I also like the first few cities to be tight for lower maintenance -- which usually allows for an extra early city or one distant city for a resource grab.

On that note, there are a lot of questions left unanswered by the fog, but this is my take on it as it lies here now:



The capital has too many plains to become a 'monster' capital any time soon. It's only redeeming quality to me are the Forests begging to be chopped around it.

Cottage spam it and make it a :hammers:-:commerce: hybrid of sorts.

The Pigs/Wheat/Stone city has decent production and enough food to support a little whipping.

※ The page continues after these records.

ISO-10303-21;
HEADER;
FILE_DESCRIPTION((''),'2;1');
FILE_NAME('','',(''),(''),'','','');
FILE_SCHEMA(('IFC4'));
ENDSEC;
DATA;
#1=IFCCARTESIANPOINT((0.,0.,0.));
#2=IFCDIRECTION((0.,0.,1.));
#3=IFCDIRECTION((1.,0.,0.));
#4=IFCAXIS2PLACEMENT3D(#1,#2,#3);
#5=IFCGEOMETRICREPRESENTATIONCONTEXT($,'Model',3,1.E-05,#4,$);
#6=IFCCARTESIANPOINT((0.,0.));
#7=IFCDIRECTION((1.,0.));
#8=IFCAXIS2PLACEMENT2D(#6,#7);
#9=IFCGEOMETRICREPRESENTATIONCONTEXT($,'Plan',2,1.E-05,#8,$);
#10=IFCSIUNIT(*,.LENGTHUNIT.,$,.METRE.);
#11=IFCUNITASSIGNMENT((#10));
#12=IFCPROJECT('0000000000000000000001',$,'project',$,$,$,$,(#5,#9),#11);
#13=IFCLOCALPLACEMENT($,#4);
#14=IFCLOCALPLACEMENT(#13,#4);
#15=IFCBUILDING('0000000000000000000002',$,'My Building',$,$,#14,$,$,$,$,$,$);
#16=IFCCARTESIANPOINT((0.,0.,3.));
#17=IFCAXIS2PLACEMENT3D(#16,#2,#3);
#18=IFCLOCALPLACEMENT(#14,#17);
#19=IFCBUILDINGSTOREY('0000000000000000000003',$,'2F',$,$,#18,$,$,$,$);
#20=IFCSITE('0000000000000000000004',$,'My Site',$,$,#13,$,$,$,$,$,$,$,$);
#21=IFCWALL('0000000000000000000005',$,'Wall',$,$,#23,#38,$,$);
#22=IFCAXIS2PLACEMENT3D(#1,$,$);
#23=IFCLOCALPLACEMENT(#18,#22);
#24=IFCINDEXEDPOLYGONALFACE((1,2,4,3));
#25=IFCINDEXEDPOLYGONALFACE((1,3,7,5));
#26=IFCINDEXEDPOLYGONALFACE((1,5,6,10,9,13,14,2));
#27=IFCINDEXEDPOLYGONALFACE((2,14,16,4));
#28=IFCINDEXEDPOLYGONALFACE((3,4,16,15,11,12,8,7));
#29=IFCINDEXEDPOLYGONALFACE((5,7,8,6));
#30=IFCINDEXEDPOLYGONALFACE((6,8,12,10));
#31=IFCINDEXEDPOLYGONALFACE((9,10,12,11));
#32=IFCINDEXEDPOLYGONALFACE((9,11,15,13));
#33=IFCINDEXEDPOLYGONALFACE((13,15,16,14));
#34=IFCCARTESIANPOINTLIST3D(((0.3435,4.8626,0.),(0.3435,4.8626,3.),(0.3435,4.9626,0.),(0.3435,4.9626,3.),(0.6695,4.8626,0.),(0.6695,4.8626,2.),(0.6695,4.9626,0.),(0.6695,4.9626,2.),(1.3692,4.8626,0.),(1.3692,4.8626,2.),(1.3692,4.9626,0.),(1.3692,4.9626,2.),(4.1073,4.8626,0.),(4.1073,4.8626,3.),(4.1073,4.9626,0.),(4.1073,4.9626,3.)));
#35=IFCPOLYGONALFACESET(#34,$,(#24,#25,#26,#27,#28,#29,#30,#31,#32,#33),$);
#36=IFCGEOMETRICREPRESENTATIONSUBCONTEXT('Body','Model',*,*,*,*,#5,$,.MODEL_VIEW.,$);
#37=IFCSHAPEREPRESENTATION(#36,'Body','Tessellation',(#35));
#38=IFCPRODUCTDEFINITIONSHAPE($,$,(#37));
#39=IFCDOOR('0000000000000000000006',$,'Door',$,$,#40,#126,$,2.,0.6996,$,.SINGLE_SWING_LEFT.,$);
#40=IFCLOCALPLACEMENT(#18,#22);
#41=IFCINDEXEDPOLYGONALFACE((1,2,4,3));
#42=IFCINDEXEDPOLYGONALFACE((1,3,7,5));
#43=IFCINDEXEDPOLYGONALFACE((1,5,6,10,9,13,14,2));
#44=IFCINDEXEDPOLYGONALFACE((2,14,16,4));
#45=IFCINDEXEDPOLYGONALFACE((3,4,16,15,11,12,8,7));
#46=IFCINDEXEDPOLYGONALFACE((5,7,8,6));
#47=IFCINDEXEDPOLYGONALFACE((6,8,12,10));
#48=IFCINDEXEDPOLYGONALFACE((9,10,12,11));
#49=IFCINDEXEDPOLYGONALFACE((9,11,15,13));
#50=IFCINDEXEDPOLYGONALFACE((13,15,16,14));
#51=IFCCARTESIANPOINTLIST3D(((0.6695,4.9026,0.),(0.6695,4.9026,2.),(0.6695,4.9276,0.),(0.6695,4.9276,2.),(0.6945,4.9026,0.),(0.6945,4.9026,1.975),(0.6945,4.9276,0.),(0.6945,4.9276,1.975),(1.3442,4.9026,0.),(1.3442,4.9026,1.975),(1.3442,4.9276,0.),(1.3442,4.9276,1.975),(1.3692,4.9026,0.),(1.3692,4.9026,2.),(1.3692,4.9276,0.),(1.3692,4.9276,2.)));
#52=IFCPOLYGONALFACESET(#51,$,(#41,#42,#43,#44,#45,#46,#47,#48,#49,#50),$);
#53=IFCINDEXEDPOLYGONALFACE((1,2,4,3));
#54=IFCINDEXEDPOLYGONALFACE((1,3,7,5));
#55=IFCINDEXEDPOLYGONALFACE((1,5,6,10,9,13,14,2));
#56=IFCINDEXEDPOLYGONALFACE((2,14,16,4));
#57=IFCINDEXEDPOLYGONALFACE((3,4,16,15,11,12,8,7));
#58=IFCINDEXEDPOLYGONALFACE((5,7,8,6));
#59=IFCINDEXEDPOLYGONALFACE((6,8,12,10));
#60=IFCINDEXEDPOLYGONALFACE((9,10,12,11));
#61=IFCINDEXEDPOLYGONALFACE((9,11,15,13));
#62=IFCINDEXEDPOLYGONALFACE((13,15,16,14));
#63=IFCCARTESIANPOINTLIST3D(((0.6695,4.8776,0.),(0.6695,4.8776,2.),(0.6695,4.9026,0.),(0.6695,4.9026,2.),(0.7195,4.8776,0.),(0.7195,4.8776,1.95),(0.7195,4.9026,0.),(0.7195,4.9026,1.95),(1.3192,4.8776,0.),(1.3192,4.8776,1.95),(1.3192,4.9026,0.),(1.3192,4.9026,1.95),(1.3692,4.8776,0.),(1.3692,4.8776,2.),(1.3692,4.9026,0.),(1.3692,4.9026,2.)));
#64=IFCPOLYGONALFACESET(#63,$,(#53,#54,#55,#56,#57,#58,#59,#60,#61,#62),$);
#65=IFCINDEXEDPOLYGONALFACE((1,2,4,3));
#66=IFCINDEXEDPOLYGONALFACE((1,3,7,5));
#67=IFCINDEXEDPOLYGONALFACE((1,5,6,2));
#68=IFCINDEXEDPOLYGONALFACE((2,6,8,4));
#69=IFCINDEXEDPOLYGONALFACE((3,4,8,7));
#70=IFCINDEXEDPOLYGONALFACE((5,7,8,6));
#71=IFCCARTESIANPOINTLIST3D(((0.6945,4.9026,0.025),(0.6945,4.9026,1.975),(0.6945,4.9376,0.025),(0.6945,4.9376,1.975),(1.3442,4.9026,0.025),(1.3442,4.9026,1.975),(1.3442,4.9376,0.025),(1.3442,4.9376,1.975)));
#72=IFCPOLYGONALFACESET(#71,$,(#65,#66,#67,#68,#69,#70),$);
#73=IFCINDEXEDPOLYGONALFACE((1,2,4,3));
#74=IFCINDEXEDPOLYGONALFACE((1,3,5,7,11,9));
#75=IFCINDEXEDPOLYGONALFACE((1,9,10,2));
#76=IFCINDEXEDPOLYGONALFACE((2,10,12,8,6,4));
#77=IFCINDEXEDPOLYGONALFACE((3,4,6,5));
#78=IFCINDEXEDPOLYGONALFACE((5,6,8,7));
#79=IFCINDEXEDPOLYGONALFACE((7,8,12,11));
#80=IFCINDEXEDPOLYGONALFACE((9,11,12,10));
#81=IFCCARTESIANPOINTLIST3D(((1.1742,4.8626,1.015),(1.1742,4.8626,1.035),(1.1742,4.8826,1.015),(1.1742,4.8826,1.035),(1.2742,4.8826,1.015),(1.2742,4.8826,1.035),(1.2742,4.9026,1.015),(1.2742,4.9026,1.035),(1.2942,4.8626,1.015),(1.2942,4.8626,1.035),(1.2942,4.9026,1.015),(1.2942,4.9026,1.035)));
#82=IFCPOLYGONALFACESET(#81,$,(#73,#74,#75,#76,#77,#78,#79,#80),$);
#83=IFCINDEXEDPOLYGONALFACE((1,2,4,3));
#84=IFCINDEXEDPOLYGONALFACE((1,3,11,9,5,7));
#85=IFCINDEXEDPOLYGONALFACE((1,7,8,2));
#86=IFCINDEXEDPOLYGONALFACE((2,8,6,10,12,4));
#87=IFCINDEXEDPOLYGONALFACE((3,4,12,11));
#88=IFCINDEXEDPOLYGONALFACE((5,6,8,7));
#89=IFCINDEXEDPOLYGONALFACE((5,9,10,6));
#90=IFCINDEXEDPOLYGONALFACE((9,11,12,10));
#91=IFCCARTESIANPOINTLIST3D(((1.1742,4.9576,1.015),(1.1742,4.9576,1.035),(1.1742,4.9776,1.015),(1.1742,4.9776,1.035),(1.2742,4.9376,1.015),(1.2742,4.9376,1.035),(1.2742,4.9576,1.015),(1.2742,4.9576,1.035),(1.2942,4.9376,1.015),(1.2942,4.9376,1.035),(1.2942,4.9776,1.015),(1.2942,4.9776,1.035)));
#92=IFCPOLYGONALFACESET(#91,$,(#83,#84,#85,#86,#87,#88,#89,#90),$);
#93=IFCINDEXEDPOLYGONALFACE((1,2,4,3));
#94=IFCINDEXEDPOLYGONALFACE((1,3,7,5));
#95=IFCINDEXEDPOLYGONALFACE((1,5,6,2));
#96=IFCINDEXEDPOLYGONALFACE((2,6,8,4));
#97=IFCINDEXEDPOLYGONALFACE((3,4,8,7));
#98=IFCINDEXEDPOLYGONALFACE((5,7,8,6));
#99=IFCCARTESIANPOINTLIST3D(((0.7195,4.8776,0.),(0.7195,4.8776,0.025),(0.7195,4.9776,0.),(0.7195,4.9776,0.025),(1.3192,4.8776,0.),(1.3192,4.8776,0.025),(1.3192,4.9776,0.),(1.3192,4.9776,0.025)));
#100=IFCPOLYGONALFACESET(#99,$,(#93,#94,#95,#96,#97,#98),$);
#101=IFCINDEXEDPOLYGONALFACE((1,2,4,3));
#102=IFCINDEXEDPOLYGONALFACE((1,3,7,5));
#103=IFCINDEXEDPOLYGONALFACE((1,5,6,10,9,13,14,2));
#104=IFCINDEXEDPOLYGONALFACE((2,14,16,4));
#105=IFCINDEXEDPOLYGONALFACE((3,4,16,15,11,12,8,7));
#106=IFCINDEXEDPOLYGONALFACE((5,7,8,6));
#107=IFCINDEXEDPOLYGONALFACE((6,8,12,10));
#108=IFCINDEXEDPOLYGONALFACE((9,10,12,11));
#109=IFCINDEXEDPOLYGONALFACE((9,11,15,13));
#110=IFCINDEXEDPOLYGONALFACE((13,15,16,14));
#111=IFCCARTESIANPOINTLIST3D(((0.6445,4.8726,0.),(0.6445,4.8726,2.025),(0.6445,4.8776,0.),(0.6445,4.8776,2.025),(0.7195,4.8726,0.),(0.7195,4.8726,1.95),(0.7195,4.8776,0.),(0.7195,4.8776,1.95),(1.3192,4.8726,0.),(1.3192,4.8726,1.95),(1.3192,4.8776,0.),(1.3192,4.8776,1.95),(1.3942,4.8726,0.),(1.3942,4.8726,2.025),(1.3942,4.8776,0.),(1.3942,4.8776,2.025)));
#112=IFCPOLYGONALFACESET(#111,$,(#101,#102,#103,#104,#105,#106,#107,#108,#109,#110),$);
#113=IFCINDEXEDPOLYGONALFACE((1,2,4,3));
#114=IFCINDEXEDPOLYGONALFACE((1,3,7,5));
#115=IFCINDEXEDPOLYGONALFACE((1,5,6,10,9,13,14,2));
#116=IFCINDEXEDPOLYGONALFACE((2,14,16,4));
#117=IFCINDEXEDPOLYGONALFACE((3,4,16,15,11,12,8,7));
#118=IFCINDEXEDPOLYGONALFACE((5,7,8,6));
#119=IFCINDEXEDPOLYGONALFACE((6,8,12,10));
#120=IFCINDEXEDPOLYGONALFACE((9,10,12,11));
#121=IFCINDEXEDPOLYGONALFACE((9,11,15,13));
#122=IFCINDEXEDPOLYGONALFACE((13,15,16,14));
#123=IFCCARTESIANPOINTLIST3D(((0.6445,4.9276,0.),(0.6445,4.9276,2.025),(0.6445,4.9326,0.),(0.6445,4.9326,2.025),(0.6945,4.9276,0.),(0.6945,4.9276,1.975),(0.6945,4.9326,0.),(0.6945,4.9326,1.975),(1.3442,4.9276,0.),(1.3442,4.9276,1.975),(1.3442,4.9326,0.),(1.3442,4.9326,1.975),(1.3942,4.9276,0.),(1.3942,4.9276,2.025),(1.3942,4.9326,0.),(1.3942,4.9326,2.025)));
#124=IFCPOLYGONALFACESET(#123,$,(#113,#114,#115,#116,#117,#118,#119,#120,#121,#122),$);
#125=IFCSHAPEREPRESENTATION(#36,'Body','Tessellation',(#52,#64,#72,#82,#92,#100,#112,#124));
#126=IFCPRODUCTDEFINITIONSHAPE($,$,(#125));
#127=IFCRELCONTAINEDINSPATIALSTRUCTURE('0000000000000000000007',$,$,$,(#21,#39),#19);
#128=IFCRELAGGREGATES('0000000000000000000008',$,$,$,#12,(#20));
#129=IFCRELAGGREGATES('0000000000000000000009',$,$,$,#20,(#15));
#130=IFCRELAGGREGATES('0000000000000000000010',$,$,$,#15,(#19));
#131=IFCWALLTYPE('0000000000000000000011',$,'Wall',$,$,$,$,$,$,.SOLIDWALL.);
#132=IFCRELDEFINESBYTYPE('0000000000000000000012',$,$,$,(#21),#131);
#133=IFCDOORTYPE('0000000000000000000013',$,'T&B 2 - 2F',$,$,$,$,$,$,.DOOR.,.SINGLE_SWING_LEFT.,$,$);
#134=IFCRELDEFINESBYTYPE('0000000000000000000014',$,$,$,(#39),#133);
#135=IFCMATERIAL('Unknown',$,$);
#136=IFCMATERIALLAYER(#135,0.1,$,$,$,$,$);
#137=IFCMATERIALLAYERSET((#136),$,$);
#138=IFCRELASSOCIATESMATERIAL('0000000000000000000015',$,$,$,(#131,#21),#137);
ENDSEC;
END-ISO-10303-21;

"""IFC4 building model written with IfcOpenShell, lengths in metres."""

from ifc_helpers import new_model, entity, si_unit, frame, origin_with_axes, origin_2d_with_axis, place, context, subcontext, project, spatial, line, indexed_curve, outline, extrude, shape, source, transform, mapped, material, layer, layer_set, layer_usage, type_object, type_shapes, element, fill, save


model = new_model("IFC4")

# Units and contexts
model_context = context("Model", 3, precision=1e-05, world=origin_with_axes())
plan_context = context("Plan", 2, precision=1e-05, world=origin_2d_with_axis())
body_context_1 = subcontext(model_context, "Body", "Model", "MODEL_VIEW")
body_context_2 = subcontext(plan_context, "Body", "Plan", "PLAN_VIEW")
ifc_project = project(units=[si_unit("LENGTHUNIT", "METRE")], contexts=[model_context, plan_context])

# Site, building, storey
site_placement = place(None, origin_with_axes())
site = spatial("IfcSite", under=ifc_project, at=site_placement, Name="My Site")
building_placement = place(site_placement, origin_with_axes())
building = spatial("IfcBuilding", under=site, at=building_placement, Name="My Building")
storey_placement = place(building_placement, frame((0.0, 0.0, 3.0), z_axis=(0.0, 0.0, 1.0), x_axis=(1.0, 0.0, 0.0)))
storey = spatial("IfcBuildingStorey", under=building, at=storey_placement, Name="2F")

# Shared definitions
ifc_material_1 = material(Name="Unknown")
ifc_layer_1 = layer(ifc_material_1, 0.1)
ifc_layer_set_1 = layer_set([ifc_layer_1])
wall_type_1 = type_object("IfcWallType", Name="Wall", PredefinedType="SOLIDWALL", material=ifc_layer_set_1)

# Wall, opening, door
ifc_layer_usage_1 = layer_usage(ifc_layer_set_1, "AXIS2", "POSITIVE", 0.0)
wall_1_placement = place(storey_placement, frame((4.2073, 4.9626, 0.0), z_axis=(0.0, 0.0, 1.0), x_axis=(-1.0, 0.0, 0.0)))
wall_1 = element("IfcWall", 1, at=wall_1_placement, inside=storey, type_object=wall_type_1, material=ifc_layer_usage_1, Name="Wall", context=body_context_1, shape_type="SweptSolid", body=[
    extrude(outline(indexed_curve([(0.1, 0.0), (0.1, 0.1), (3.8638, 0.1), (3.8638, 0.0)], segments=[line(1, 2, 3, 4, 1)])), origin_with_axes(), (0.0, 0.0, 1.0), 3.0),
])
shared_shape_1 = source(origin_with_axes(), body_context_1, "Body", "SweptSolid", [
    extrude(outline(indexed_curve([(0.0, 0.0), (0.6996, 0.0), (0.6996, 2.0), (0.0, 2.0)], segments=[line(1, 2, 3, 4, 1)])), frame((0.0, -0.6, 0.0), z_axis=(0.0, -1.0, 0.0), x_axis=(1.0, 0.0, 0.0)), (0.0, 0.0, -1.0), 1.2),
])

Hook up the Stone and use Londres' Forests to chop out the Great Wall, Stonehenge and/or the Pyramids (the latter being a cheaper alternative to solving the :mad: problems you're likely to run into soon).

The Double-Corn/Fish city has great +:food:. If you're Elizabeth, you'd be wrong not to settle this city soon. With Caste System and a Lighthouse, you'll be able to run 6 specialists at population 9! (Without Londres' Corn, you're stuck with 4 specialists at population 6.)

The Sheep/Marble city is essentially a Marble-grabber. Yes, I realize it's one-off-the-coast and has very low food, but it's placement assumes there's nothing better hiding in the fog. It has a good amount of cottage-able Grasslands north of it to make it a viable early placement.

The Flood Plains city depends on what's hiding in the fog. One of those placements is probably one-off-the-coast.


I usually make a grab for the Oracle, but even on Noble, it might be a stretch ... you'd have to settle Sheep/Marble first and chop out the Oracle, but I'm not sure it would net you as much gain as just settling good cities quickly.

If it was me, I'd settle Grey > Flood Plains > Yellow > Green. (Bring your Western Warrior down along the coast to scout more around the Marble and Sheep. Bring your Eastern Warrior to scout more around the Flood Plains and to escort the 2nd Settler there).

-- my 2 :commerce:
 
If I were you, I'd found my second city next to the fish/corn or next to the wheat/pig.
 
A tip for exploring-- send the scout in an outward spiral around your capital. Try to get a second scouting unit online early too, as once you get a few swings outside your capital's radius it takes longer and longer to complete the loop, so once you get your second scout built you can send them in opposite directions. There is just too much fog around your capital for my liking, I don't think there's enough info yet to decide on city placement properly. Of course you can just settle anywhere, but with that much fog and so close to your capital you could wind up plunking a city down one or two tiles away from an actually uber city site instead of just a mediocre one for a resource grab.